Repository files navigation

mregex - Metaprogramming-Based Regular Expressions

build

This is a compile-time implementation of regular expressions in C++20. The library parses a regex pattern and compiles it into a native C++ type using template metaprogramming.

Features

The library offers the following features:

  • constexpr matching on any sequence that provides an iterator compatible with std::forward_iterator
  • compile-time syntax checking
  • support for a large portion of the standard regex syntax:
    • quantifiers (*, ?, +, {N,M}), including lazy and possessive versions
    • atomic groups
    • alternations and sets
    • capturing groups, including named captures
    • backreferences and named backreferences
    • lookaheads
    • lookbehinds with arbitrary expressions (requires bidirectional iterators)
  • flags that modify the matching behaviour:
    • icase - enables case-insensitive matching
    • multiline - enables multi-line mode, in which the anchors ^/$ will also match line boundaries
    • ungreedy - swaps the default syntax for lazy and greedy quantifiers
    • dotall - allows the wildcard . to also match \n and \r
  • a flexible API that allows exact matching, searching, tokenizing or iterating over multiple matches
  • ability to define the regex using a standard string-based API or using an expression-based API

Installation

The project is header-only and does not depend on any third-party libraries.
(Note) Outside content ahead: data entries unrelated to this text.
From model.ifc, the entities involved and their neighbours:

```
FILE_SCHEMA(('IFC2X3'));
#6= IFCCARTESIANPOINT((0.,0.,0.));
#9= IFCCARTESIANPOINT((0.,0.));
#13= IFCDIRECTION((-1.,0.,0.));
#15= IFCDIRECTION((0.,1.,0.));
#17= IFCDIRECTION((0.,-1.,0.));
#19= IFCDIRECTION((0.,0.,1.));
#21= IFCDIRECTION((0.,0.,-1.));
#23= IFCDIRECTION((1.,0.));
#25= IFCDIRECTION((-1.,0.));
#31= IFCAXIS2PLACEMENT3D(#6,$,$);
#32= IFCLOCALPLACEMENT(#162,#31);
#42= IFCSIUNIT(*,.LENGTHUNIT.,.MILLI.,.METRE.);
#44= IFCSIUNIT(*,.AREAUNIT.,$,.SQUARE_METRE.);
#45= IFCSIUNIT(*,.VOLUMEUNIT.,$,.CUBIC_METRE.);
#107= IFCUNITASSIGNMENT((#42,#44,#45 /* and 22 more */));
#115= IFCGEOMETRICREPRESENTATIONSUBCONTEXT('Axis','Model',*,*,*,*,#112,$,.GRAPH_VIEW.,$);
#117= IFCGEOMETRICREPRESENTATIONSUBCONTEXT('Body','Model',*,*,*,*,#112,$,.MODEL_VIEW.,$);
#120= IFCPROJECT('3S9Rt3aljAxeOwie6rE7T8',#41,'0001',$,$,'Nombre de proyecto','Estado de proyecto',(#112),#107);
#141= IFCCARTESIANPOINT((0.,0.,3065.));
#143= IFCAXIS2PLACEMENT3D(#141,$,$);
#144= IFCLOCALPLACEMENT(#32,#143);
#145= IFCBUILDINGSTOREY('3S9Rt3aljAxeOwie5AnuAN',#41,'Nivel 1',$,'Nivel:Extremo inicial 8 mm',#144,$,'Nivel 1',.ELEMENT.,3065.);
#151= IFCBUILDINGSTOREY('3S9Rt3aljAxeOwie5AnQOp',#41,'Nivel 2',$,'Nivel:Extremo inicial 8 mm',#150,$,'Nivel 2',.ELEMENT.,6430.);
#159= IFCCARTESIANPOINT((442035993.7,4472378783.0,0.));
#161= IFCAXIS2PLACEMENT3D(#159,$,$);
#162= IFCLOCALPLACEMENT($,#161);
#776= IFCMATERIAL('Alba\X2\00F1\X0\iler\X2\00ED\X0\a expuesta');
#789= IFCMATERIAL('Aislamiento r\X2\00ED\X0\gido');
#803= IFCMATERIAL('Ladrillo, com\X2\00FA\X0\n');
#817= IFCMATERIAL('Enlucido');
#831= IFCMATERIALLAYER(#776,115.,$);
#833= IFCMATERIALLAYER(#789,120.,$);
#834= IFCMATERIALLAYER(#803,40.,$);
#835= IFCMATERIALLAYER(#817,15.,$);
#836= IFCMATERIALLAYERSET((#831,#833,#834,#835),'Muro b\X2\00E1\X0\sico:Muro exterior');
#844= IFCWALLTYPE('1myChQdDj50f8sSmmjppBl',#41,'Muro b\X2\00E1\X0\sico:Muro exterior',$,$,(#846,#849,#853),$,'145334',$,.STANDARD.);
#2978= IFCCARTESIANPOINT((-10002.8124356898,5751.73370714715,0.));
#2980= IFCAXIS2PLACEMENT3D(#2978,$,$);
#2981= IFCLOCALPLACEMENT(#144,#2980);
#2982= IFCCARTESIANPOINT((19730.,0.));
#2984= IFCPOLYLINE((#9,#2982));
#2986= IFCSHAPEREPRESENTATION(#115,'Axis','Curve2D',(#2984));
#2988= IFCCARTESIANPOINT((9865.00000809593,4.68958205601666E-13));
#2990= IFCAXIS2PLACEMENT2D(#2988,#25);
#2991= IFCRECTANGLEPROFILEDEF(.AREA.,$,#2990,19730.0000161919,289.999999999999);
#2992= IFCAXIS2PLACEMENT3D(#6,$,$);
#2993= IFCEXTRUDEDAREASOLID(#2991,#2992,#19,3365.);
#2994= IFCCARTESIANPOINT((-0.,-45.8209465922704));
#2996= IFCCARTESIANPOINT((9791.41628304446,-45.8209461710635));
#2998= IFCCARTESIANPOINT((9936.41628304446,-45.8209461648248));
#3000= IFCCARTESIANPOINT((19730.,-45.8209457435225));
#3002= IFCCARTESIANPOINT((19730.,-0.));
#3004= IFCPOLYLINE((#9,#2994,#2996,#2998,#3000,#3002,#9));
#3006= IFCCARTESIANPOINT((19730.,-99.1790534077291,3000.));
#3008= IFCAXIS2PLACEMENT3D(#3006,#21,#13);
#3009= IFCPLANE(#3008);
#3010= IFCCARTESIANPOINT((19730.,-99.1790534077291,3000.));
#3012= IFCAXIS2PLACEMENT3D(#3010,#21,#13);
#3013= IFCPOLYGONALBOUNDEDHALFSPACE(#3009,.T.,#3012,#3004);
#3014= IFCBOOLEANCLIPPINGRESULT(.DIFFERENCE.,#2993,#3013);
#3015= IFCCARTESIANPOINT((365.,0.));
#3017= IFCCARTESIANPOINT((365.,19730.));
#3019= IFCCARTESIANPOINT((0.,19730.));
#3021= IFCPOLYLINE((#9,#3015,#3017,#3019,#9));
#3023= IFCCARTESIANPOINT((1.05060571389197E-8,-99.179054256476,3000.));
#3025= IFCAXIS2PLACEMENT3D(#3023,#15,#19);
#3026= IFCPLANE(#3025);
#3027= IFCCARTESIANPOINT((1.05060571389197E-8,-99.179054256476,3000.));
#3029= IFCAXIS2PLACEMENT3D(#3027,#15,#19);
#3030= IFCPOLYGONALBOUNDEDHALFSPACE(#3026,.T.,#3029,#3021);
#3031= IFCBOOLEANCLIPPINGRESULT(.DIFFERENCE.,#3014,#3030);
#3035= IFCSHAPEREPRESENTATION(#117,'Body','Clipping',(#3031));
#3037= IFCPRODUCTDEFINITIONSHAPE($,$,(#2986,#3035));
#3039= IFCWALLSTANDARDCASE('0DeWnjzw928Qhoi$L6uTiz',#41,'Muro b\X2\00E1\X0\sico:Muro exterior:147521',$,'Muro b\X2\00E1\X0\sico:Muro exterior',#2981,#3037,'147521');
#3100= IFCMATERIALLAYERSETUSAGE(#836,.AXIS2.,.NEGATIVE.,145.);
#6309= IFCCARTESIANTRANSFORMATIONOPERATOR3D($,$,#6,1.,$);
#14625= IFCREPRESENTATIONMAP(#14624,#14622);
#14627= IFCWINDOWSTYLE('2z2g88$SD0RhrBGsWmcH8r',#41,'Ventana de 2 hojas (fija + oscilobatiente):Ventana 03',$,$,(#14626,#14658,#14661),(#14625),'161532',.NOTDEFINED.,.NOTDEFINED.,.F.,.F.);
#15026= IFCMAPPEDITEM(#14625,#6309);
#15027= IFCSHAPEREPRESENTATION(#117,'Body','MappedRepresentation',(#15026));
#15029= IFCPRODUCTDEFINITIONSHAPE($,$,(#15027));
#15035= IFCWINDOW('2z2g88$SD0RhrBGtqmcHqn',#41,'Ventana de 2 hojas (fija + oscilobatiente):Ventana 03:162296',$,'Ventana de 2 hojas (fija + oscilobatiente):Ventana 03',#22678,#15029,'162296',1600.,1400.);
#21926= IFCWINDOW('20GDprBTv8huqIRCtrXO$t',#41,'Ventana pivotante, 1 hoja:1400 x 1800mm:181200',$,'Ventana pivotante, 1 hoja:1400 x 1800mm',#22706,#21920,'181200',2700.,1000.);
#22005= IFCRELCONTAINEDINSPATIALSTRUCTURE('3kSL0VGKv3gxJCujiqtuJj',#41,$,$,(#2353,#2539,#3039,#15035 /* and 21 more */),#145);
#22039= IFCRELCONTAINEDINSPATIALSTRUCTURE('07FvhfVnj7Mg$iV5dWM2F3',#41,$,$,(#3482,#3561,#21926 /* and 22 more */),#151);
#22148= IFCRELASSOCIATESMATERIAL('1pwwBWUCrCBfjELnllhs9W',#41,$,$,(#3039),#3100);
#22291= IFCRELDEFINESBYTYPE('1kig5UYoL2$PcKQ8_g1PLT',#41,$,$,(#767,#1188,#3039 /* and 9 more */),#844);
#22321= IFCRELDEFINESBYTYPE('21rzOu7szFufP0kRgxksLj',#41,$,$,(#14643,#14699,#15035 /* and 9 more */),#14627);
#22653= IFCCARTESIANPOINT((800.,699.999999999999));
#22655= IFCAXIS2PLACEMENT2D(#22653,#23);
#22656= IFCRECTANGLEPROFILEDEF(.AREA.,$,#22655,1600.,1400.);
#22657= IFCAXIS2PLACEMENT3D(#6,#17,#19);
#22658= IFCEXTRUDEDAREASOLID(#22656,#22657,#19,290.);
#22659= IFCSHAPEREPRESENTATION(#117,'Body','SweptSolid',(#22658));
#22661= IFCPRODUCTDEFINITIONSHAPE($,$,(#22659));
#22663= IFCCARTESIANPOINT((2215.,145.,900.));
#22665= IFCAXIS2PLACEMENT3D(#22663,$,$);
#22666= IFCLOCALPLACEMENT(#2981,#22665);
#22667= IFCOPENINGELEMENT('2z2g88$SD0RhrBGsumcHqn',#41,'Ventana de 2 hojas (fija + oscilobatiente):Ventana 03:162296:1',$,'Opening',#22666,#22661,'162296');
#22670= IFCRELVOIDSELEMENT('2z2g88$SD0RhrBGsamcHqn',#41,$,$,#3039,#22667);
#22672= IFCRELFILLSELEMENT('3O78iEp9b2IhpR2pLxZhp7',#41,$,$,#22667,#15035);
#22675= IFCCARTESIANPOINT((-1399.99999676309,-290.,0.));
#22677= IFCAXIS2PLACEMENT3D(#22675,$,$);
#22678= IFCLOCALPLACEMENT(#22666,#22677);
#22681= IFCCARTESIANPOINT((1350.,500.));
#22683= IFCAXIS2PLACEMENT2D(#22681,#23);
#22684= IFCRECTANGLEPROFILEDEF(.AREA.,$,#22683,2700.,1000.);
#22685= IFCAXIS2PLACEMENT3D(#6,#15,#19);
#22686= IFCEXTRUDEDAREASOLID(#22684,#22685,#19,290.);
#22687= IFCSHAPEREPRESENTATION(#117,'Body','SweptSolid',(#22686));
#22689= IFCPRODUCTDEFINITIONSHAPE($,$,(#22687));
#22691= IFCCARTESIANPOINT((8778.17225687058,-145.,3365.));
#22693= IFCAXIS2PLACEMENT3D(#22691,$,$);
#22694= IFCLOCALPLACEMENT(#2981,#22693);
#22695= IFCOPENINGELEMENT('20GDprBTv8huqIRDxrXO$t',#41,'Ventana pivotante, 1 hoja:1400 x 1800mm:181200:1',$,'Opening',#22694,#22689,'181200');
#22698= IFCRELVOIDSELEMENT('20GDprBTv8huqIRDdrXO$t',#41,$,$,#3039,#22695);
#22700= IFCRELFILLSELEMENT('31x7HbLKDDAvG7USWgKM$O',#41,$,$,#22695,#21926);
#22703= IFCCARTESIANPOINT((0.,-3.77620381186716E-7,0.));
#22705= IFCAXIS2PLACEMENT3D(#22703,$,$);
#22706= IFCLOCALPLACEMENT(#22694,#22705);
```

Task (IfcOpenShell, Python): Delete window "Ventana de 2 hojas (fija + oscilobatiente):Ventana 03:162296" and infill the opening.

```python
import ifcopenshell
import ifcopenshell.api.feature
import ifcopenshell.api.root
import ifcopenshell.geom
import ifcopenshell.util.shape

model = ifcopenshell.open("model.ifc")
settings = ifcopenshell.geom.settings()


def volume(element):
    """Net volume in cubic metres, openings subtracted."""
    shape = ifcopenshell.geom.create_shape(settings, element)
    return ifcopenshell.util.shape.get_volume(shape.geometry)


window = model.by_guid("2z2g88$SD0RhrBGtqmcHqn")
opening = window.FillsVoids[0].RelatingOpeningElement
wall = opening.VoidsElements[0].RelatingBuildingElement
before = volume(wall)

ifcopenshell.api.root.remove_product(model, product=window)
ifcopenshell.api.feature.remove_feature(model, feature=opening)

after = volume(wall)

print(f"wall volume {before:.3f} -> {after:.3f} m3")

model.write("model_updated.ifc")
```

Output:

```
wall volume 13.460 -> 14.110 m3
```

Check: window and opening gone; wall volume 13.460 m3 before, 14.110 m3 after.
Currently, building is supported on GCC 10 and Clang 12, but any compiler that is C++20 compliant will work.

To install the library, simply add the contents of the include directory to your compiler's include paths. If you are using a build system like CMake, update your target's include directories or add a library dependency to mregex.

Usage

Below is an example of parsing a date. Notice that the generated regular expression is a type and not an object, since the library maps every valid regex pattern to a C++ type at compile-time. Invalid regular expression syntax will result in a compilation error.

The input can be any object that satisfies the meta::char_range concept, or a pair of iterators that satisfy std::forward_iterator.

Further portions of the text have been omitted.